→ **What the exercise asks**: Among the lines below, count those containing the word "IFCSIUNIT". Give the number only.

→ **Given information**:

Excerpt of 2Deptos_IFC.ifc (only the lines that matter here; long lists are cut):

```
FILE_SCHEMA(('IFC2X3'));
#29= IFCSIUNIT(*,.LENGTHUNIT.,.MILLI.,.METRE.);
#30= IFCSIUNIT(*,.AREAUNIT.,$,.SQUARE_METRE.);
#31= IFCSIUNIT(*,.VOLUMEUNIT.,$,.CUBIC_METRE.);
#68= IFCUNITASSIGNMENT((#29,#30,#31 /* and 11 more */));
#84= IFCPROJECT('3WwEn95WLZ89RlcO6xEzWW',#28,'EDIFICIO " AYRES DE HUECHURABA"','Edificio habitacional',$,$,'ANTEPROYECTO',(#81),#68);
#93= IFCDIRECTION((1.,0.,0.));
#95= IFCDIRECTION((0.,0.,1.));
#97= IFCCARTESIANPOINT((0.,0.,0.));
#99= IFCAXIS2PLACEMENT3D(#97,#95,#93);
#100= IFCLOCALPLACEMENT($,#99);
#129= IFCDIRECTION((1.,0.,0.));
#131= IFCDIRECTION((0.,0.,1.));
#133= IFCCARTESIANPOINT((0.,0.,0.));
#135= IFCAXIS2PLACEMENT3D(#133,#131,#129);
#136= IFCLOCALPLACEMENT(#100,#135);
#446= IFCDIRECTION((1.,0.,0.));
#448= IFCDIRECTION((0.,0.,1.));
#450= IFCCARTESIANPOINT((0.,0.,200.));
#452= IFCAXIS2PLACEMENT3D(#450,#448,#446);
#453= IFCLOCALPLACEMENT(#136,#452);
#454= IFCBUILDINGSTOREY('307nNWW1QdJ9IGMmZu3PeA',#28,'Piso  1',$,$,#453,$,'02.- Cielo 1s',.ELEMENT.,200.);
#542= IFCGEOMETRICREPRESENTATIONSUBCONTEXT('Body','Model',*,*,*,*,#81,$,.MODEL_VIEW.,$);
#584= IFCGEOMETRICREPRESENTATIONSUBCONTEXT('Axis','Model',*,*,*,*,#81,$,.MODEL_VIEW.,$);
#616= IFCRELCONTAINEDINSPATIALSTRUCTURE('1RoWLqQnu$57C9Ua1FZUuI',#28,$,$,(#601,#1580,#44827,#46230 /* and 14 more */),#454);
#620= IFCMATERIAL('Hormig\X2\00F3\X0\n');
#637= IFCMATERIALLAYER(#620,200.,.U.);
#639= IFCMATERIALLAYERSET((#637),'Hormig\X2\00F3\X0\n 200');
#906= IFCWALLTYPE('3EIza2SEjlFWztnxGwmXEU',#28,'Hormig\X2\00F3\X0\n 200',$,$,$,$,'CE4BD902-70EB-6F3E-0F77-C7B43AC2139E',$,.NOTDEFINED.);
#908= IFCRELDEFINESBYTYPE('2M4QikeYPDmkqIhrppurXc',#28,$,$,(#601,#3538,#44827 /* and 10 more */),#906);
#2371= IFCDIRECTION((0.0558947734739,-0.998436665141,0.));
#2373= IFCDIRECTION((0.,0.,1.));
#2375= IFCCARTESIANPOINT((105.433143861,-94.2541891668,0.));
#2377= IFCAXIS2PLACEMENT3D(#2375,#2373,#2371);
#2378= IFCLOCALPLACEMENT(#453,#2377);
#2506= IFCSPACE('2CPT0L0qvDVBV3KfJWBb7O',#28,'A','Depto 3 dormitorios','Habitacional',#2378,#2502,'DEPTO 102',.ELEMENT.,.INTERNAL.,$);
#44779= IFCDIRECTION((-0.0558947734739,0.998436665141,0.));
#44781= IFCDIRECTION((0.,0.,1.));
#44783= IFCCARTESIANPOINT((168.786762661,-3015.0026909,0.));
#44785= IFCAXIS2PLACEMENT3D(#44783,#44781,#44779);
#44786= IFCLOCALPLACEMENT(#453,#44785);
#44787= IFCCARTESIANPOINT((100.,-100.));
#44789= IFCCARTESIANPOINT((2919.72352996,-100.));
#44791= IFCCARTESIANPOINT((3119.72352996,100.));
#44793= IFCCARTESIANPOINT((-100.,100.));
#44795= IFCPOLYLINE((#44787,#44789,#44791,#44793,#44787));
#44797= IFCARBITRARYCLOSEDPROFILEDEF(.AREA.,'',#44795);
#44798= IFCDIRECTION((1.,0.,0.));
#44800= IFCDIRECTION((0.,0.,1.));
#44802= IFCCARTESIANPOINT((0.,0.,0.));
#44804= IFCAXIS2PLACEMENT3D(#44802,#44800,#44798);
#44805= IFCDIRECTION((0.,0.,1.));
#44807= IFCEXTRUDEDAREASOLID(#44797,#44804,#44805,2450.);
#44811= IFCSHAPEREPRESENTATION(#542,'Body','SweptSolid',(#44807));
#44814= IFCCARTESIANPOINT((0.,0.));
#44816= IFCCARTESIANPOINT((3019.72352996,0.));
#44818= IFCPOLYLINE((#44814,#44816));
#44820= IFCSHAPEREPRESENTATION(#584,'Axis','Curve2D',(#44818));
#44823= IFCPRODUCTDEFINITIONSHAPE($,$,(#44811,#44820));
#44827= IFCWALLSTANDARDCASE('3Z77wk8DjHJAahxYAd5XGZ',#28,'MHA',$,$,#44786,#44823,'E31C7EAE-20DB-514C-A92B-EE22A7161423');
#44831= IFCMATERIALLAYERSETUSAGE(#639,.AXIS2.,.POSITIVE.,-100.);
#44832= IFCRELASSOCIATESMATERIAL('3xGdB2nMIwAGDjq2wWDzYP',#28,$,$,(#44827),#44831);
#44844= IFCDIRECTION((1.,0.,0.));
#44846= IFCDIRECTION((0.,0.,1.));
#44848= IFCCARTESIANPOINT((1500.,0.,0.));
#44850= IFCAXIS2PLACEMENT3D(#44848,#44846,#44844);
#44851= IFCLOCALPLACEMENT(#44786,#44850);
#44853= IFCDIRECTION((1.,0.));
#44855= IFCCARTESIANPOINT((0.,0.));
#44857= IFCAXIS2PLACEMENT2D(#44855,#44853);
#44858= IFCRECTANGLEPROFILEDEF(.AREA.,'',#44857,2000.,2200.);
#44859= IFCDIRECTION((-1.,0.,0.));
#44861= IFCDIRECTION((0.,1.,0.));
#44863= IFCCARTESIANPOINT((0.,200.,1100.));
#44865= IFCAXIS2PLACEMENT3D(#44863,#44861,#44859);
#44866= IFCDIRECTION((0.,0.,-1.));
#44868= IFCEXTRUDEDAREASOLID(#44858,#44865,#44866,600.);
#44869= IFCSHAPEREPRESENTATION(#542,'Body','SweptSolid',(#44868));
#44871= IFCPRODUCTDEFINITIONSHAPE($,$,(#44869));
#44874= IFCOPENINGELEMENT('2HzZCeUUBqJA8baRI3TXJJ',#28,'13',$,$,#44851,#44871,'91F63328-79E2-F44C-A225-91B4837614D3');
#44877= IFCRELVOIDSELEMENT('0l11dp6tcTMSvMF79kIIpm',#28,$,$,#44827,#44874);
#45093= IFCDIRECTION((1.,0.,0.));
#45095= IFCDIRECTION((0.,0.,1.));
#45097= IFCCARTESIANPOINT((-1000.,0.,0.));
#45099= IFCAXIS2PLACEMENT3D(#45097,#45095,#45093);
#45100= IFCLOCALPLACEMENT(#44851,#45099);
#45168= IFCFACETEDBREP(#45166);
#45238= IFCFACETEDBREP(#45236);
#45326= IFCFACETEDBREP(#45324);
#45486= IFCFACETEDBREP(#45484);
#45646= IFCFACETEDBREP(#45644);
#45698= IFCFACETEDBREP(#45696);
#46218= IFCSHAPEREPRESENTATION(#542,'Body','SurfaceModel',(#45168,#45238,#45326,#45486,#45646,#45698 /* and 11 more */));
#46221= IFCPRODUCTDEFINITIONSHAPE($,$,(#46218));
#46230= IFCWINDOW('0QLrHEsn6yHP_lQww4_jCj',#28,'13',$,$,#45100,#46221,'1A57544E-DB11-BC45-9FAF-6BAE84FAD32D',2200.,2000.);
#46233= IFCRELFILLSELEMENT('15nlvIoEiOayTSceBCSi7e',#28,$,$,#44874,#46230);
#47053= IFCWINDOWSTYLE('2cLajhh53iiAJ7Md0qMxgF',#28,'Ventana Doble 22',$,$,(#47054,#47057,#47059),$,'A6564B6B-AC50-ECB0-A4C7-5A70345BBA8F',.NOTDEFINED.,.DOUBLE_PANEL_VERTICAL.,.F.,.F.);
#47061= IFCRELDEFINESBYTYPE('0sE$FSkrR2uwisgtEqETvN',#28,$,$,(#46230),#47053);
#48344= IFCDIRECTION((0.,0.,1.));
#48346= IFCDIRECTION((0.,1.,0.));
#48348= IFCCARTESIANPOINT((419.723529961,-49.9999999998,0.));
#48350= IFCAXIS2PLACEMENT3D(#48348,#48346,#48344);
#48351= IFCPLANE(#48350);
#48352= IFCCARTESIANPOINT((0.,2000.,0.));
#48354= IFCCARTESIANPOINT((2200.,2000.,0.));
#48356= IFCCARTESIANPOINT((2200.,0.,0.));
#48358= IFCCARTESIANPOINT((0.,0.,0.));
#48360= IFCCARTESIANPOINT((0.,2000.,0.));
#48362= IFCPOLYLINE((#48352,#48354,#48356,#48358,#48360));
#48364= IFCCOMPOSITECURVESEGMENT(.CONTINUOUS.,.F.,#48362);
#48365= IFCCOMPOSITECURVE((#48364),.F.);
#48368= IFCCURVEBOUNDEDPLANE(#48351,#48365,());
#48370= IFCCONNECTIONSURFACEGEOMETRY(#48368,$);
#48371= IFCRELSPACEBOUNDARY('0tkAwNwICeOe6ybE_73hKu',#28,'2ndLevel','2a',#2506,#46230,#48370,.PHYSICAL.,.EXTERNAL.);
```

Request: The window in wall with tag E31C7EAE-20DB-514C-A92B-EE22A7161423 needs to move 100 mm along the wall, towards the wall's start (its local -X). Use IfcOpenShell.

```python
import numpy as np
import ifcopenshell
import ifcopenshell.api.geometry
import ifcopenshell.util.placement
import ifcopenshell.util.unit

model = ifcopenshell.open("2Deptos_IFC.ifc")
unit_scale = ifcopenshell.util.unit.calculate_unit_scale(model)

window = model.by_guid("0QLrHEsn6yHP_lQww4_jCj")
opening = window.FillsVoids[0].RelatingOpeningElement
wall = opening.VoidsElements[0].RelatingBuildingElement

wall_matrix = ifcopenshell.util.placement.get_local_placement(wall.ObjectPlacement)
shift = wall_matrix[:3, 0] * -0.1 / unit_scale
before = ifcopenshell.util.placement.get_local_placement(window.ObjectPlacement)[:3, 3].copy()

# The window is placed relative to its opening, so it follows when the opening moves.
matrix = ifcopenshell.util.placement.get_local_placement(opening.ObjectPlacement)
matrix[:3, 3] += shift
ifcopenshell.api.geometry.edit_object_placement(
    model, product=opening, matrix=matrix, is_si=False, should_transform_children=True
)

# Space boundary surfaces are stored in each space's coordinates; move them too.
for rel in window.ProvidesBoundaries:
    if not rel.ConnectionGeometry:
        continue
    surface = rel.ConnectionGeometry.SurfaceOnRelatingElement.BasisSurface
    space_matrix = ifcopenshell.util.placement.get_local_placement(rel.RelatingSpace.ObjectPlacement)
    point = np.array(surface.Position.Location.Coordinates) + space_matrix[:3, :3].T @ shift
    surface.Position = model.createIfcAxis2Placement3D(
        model.createIfcCartesianPoint(point.tolist()), surface.Position.Axis, surface.Position.RefDirection
    )

after = ifcopenshell.util.placement.get_local_placement(window.ObjectPlacement)[:3, 3]
print("window moved by", (after - before).round(3) + 0.0)

model.write("2Deptos_IFC_rev.ifc")
```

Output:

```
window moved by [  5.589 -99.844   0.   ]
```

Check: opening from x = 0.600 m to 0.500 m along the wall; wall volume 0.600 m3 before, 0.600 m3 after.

→ **Response area**: 3